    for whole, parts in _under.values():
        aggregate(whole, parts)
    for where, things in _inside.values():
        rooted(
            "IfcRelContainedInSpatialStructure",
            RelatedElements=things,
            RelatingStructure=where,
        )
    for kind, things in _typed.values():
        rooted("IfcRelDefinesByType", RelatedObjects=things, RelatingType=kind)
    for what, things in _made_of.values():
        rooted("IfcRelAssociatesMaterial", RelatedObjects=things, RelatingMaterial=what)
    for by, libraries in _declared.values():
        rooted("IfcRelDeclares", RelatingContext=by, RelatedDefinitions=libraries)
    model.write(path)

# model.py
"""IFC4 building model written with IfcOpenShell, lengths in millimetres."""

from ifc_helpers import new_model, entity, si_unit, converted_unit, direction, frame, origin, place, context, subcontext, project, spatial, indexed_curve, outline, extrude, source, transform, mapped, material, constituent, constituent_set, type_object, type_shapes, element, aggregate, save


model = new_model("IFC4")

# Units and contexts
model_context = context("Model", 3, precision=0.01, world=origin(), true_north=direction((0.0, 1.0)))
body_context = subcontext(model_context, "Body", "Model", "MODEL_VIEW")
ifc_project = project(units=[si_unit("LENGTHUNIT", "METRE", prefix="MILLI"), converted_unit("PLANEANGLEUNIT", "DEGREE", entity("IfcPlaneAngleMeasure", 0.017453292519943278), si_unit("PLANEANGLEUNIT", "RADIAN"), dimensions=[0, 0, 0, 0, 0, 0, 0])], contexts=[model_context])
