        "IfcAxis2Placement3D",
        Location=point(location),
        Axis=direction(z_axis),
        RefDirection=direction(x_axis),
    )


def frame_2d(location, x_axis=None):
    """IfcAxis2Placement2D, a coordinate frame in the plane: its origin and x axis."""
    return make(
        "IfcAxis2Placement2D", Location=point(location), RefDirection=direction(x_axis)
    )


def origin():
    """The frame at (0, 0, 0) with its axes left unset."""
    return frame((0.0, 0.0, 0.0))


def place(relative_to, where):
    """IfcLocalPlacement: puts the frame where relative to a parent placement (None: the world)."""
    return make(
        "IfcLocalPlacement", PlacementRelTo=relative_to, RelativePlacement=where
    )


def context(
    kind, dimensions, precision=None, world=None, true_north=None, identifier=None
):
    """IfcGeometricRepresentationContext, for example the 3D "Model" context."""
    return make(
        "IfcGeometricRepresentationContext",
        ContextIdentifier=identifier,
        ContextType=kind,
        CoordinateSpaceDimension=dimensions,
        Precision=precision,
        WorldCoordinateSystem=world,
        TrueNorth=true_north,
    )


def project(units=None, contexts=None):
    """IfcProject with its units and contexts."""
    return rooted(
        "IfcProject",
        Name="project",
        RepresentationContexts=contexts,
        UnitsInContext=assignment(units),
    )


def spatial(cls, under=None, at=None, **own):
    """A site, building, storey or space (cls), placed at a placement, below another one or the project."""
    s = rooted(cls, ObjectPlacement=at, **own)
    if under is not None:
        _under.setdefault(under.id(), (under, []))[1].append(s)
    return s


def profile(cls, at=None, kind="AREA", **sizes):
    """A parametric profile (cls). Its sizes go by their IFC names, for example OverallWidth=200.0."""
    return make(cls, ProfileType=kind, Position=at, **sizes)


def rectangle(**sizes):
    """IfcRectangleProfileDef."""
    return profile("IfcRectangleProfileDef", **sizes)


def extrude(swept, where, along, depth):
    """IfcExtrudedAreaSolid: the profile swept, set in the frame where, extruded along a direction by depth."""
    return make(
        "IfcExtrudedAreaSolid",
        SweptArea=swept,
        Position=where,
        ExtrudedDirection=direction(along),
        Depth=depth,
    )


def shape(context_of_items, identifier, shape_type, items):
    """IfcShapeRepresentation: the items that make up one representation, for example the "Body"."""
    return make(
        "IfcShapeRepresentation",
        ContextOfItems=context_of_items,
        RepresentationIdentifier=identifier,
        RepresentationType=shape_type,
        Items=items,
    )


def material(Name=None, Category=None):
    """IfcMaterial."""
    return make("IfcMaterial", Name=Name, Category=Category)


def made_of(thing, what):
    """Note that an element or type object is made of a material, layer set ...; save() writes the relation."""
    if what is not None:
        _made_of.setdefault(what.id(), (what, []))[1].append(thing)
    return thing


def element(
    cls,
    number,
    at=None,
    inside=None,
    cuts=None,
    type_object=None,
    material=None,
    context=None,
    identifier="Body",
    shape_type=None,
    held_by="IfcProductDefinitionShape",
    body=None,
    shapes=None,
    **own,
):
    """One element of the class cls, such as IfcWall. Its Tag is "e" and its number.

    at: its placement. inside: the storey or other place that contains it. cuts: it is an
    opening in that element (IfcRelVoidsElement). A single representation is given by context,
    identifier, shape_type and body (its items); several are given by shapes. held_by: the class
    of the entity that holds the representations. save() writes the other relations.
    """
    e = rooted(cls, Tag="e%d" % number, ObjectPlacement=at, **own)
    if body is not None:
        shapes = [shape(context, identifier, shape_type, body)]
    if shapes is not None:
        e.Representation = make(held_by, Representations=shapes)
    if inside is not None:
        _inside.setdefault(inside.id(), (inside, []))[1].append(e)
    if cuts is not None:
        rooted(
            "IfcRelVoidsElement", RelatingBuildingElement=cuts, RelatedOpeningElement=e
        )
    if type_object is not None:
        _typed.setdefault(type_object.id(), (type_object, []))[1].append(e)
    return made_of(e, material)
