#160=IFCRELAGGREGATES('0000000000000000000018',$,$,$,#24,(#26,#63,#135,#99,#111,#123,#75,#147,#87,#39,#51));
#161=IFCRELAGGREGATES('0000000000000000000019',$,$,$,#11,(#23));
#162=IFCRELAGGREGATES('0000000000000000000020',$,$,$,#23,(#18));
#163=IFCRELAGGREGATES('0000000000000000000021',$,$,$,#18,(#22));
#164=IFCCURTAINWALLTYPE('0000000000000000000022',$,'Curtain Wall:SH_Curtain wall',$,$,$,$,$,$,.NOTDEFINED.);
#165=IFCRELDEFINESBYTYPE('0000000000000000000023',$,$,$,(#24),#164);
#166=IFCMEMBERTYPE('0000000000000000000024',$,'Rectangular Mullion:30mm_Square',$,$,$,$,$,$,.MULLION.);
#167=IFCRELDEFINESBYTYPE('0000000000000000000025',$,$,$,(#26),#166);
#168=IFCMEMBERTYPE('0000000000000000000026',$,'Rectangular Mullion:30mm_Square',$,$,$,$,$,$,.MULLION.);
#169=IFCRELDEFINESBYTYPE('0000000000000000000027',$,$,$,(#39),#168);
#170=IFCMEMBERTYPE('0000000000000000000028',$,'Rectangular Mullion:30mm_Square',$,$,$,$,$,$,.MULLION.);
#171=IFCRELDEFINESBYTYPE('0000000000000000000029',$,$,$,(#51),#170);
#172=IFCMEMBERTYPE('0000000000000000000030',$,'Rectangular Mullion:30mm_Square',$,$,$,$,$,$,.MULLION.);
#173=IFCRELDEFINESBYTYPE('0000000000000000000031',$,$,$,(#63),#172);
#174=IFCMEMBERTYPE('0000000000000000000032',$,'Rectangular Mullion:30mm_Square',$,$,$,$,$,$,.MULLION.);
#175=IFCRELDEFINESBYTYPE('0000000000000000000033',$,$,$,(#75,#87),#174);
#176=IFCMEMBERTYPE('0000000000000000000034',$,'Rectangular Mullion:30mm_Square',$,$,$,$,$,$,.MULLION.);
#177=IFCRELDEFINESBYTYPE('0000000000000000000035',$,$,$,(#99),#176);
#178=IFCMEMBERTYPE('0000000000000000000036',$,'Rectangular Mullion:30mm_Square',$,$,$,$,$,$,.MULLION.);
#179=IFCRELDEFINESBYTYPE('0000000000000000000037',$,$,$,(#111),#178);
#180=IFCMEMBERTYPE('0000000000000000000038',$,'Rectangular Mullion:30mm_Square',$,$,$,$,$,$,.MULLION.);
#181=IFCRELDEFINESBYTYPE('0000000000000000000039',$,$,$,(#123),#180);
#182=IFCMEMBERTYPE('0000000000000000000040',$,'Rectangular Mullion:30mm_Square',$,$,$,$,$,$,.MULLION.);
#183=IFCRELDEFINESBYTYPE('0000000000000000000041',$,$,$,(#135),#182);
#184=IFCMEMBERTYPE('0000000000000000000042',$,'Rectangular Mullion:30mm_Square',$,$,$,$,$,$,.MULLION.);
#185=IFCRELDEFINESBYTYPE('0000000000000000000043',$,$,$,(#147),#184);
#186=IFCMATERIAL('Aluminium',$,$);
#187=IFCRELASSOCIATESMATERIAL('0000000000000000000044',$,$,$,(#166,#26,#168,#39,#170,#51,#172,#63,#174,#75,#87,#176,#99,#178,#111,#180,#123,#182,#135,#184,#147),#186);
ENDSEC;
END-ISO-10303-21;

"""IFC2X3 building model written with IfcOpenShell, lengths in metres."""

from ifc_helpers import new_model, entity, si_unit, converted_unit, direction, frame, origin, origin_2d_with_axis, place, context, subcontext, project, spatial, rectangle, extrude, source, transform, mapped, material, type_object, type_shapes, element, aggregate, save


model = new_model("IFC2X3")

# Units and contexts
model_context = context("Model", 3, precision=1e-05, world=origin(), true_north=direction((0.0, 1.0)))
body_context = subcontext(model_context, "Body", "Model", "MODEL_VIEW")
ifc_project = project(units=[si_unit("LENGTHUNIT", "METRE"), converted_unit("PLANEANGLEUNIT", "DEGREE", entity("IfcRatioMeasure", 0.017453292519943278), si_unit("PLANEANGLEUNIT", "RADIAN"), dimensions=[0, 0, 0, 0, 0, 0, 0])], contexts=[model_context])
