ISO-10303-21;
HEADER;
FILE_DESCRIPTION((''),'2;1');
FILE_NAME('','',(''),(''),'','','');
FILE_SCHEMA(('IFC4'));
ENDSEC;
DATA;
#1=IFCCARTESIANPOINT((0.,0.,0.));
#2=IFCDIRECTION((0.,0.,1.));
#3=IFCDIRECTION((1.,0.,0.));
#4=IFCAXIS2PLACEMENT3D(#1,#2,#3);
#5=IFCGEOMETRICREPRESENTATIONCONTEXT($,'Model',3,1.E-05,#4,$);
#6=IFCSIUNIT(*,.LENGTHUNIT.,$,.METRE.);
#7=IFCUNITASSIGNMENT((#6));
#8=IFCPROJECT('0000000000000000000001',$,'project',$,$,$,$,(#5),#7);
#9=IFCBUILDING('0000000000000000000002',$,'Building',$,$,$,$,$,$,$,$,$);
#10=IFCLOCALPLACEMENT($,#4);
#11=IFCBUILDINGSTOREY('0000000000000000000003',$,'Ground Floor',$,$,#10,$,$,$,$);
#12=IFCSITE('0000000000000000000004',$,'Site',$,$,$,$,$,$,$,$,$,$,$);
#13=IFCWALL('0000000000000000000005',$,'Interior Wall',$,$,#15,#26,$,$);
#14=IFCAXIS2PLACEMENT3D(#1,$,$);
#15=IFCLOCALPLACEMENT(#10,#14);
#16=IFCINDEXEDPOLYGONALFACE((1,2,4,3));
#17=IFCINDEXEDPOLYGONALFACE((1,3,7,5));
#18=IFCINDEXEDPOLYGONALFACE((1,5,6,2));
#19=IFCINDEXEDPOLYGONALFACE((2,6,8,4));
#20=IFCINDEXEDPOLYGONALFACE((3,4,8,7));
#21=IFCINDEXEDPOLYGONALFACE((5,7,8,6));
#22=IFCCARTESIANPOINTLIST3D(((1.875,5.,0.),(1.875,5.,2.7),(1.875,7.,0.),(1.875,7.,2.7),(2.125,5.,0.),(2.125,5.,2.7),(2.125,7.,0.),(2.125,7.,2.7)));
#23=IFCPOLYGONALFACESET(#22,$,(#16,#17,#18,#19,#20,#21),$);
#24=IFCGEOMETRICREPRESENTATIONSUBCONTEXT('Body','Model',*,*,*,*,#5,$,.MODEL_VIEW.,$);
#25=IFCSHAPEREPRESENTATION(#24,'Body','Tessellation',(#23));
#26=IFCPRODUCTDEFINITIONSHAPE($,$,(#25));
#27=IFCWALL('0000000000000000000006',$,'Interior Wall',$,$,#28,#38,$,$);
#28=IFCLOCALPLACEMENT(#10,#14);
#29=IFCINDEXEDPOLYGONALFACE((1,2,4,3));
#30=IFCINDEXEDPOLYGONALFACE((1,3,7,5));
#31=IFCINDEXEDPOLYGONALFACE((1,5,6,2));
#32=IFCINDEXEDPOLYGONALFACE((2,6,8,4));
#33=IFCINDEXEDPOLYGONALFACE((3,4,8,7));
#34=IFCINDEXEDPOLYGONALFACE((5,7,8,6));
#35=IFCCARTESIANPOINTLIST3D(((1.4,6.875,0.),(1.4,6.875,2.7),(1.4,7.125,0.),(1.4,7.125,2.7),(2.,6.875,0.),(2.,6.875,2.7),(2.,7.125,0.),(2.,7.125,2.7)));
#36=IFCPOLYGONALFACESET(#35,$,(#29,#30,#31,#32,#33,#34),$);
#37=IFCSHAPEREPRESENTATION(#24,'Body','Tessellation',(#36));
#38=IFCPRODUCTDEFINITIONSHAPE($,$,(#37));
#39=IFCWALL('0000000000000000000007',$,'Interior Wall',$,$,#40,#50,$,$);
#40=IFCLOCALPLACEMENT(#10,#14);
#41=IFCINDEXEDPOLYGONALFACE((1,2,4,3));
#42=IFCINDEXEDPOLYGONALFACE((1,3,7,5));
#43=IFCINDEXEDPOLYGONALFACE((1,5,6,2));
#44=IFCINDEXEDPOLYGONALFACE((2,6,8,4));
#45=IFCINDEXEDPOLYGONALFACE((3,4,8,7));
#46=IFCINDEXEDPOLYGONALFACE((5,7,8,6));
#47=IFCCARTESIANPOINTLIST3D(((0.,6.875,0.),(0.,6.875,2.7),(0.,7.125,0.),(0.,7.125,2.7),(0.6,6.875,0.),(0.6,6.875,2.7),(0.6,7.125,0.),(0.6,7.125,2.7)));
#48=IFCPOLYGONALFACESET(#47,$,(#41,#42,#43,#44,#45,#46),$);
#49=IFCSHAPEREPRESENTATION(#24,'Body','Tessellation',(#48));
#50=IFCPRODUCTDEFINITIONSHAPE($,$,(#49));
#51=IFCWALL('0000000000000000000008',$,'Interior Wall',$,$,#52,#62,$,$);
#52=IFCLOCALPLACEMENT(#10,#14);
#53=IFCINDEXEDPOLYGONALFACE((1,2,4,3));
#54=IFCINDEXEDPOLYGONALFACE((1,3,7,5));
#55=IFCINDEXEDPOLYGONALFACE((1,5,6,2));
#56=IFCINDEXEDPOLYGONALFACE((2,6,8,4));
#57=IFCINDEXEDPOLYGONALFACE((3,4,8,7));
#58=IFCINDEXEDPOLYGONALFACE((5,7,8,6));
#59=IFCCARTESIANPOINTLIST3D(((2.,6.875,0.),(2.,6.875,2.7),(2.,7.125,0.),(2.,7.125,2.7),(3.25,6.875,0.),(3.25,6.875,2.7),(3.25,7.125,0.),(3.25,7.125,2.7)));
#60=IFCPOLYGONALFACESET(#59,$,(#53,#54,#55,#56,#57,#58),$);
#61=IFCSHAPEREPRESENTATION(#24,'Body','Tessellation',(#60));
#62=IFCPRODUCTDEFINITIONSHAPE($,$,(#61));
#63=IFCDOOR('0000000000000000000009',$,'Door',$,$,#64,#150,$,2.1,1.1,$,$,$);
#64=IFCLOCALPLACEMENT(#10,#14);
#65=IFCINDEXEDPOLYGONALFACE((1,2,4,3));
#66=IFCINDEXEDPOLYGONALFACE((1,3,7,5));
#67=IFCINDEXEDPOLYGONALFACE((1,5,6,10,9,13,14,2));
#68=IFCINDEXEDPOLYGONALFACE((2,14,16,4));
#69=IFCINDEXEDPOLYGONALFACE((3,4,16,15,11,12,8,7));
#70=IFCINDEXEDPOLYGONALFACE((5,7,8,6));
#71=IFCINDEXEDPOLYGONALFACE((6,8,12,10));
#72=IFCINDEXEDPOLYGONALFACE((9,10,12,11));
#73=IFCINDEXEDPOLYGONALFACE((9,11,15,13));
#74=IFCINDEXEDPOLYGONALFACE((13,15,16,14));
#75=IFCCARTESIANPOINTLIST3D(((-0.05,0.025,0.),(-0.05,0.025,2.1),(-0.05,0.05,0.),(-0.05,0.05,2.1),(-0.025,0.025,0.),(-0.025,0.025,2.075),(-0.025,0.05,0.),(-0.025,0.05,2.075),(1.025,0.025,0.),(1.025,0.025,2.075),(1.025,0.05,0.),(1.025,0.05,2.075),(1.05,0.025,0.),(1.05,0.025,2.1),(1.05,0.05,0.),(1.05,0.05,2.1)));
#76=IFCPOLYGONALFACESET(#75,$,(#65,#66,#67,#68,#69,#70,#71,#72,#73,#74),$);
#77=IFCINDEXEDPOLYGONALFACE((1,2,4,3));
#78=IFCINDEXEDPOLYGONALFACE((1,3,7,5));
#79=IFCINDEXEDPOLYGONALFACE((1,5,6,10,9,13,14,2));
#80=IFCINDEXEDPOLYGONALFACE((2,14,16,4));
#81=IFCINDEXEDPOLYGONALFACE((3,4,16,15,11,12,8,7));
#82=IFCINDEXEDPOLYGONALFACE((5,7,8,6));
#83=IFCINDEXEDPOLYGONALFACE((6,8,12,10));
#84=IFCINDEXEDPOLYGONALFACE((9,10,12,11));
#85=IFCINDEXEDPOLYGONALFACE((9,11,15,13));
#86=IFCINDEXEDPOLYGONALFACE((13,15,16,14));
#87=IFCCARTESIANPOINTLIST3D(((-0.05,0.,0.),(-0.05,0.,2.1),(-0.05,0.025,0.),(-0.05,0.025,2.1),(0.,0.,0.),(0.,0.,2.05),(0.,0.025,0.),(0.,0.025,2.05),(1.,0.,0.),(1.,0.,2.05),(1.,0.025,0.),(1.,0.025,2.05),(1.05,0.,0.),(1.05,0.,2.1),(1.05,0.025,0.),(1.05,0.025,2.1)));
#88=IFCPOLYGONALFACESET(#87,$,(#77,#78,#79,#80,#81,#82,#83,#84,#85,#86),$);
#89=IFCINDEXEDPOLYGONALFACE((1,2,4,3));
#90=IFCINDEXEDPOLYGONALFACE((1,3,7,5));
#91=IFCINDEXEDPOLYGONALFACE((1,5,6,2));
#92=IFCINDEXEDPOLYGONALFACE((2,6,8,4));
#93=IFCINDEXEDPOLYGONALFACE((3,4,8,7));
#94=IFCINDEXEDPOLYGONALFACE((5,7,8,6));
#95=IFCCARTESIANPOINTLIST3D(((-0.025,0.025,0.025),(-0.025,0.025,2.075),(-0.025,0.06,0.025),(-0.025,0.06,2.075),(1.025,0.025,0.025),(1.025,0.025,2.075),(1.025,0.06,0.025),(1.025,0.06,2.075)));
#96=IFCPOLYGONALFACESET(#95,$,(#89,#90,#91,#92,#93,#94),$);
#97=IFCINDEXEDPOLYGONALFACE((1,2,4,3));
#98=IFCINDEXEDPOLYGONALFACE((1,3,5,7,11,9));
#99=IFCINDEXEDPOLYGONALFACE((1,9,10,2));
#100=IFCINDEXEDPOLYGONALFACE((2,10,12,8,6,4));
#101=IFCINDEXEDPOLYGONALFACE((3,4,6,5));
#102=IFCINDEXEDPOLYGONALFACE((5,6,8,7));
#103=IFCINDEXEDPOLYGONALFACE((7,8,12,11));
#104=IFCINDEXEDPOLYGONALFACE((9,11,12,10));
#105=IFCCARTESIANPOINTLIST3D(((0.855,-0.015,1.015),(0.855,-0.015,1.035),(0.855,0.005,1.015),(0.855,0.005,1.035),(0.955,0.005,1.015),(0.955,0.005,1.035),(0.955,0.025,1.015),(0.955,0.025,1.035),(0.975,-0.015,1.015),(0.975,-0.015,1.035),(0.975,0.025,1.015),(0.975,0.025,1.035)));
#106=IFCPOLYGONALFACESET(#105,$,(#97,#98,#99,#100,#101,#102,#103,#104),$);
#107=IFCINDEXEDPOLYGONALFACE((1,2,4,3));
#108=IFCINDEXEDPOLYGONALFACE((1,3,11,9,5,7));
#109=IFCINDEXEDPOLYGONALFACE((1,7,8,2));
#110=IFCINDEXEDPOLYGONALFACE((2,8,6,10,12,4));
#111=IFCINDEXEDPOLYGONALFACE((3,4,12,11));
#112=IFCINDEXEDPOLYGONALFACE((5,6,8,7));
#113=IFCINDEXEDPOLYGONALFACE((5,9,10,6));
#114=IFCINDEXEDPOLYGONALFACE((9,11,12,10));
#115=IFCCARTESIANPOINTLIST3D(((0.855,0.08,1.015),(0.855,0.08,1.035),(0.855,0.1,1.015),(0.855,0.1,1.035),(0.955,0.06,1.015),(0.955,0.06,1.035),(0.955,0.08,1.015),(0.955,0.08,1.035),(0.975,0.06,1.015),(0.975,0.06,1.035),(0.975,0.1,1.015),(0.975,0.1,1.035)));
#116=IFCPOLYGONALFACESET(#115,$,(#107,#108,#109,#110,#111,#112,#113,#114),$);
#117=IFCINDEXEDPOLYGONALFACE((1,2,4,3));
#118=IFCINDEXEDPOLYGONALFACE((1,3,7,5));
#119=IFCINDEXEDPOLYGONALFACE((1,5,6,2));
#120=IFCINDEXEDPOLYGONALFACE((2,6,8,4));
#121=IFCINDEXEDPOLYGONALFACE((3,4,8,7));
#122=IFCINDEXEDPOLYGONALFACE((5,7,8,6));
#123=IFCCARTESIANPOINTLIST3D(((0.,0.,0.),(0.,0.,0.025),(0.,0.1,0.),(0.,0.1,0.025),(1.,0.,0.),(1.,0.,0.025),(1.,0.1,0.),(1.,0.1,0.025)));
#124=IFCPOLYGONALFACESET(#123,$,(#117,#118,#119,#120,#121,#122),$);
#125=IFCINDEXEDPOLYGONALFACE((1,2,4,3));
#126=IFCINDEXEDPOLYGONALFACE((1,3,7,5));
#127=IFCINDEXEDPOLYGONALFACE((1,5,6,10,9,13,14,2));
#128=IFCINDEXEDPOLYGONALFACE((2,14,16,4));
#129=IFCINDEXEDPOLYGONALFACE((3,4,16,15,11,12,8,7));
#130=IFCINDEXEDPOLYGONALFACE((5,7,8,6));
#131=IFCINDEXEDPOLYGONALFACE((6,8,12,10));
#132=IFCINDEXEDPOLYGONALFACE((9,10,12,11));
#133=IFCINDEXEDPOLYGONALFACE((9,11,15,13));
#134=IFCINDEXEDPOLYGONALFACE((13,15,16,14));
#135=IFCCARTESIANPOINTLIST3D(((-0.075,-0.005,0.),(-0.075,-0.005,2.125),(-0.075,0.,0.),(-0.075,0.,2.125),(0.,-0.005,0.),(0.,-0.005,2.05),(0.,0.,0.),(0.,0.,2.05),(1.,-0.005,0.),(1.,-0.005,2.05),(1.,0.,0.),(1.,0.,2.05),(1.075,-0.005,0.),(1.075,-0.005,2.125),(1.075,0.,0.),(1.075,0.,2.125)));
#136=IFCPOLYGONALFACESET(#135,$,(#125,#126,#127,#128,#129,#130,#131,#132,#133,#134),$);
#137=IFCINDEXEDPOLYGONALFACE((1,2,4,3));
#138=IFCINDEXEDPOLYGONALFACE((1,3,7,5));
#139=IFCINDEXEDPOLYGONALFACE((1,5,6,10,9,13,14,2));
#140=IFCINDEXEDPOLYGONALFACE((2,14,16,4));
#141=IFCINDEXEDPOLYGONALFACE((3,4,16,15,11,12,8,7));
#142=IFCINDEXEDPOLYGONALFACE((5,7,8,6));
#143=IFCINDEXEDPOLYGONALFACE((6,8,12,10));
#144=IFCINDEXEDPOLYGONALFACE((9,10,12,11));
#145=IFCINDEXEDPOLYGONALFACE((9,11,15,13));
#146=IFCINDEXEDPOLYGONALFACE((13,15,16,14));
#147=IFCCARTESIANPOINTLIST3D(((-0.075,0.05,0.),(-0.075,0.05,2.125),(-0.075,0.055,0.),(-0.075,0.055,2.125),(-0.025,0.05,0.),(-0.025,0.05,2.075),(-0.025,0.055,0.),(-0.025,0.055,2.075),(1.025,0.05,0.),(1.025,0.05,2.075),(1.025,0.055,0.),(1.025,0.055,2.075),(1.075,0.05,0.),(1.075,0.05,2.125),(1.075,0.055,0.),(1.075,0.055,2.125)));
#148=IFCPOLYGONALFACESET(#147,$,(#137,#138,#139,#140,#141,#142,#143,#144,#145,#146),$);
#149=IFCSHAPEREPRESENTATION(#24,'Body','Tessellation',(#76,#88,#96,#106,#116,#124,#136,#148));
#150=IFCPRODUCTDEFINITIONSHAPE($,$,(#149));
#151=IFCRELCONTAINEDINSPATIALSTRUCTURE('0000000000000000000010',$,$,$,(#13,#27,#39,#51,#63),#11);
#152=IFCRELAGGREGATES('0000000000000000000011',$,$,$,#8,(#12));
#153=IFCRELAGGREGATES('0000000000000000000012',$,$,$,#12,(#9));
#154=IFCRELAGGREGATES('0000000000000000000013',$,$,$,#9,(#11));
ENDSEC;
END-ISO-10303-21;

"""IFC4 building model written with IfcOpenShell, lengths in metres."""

from ifc_helpers import new_model, si_unit, frame, origin_with_axes, place, context, subcontext, project, spatial, line, indexed_curve, outline, extrude, element, save


model = new_model("IFC4")

# Units and contexts
model_context = context("Model", 3, precision=1e-05, world=origin_with_axes())
body_context = subcontext(model_context, "Body", "Model", "MODEL_VIEW")
ifc_project = project(units=[si_unit("LENGTHUNIT", "METRE")], contexts=[model_context])

# Site, building, storey
site = spatial("IfcSite", under=ifc_project, Name="Site")
building = spatial("IfcBuilding", under=site, Name="Building")
storey_placement = place(None, origin_with_axes())
storey = spatial("IfcBuildingStorey", under=building, at=storey_placement, Name="Ground Floor")

# Walls
wall_1_placement = place(storey_placement, frame((2.0, 5.0, 0.0), z_axis=(0.0, 0.0, 1.0), x_axis=(0.0, 1.0, 0.0)))
element("IfcWall", 1, at=wall_1_placement, inside=storey, Name="Interior Wall", context=body_context, shape_type="SweptSolid", body=[
    extrude(outline(indexed_curve([(0.0, 0.0), (0.0, 0.25), (2.0, 0.25), (2.0, 0.0), (0.0, 0.0)], self_intersect=False)), frame((0.0, -0.125, 0.0), z_axis=(0.0, 0.0, 1.0), x_axis=(1.0, 0.0, 0.0)), (0.0, 0.0, 1.0), 2.7),
])
for number, where, z_axis, x_axis, name in (
    (2, (2.0, 7.0, 0.0), (0.0, 0.0, 1.0), (-1.0, 0.0, 0.0), "Interior Wall"),
    (3, (0.6, 7.0, 0.0), (0.0, 0.0, 1.0), (-1.0, 0.0, 0.0), "Interior Wall"),
):
    element("IfcWall", number, at=place(storey_placement, frame(where, z_axis=z_axis, x_axis=x_axis)), inside=storey, Name=name, context=body_context, shape_type="SweptSolid", body=[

-*-*-

→ **TASK DETAILS**:
Whenever the string "Tessellation" occurs in a line of the entries above, copy that line.

→ **EXPECTED ANSWER**:
#25=IFCSHAPEREPRESENTATION(#24,'Body','Tessellation',(#23));
#37=IFCSHAPEREPRESENTATION(#24,'Body','Tessellation',(#36));
#49=IFCSHAPEREPRESENTATION(#24,'Body','Tessellation',(#48));
#61=IFCSHAPEREPRESENTATION(#24,'Body','Tessellation',(#60));
#149=IFCSHAPEREPRESENTATION(#24,'Body','Tessellation',(#76,#88,#96,#106,#116,#124,#136,#148));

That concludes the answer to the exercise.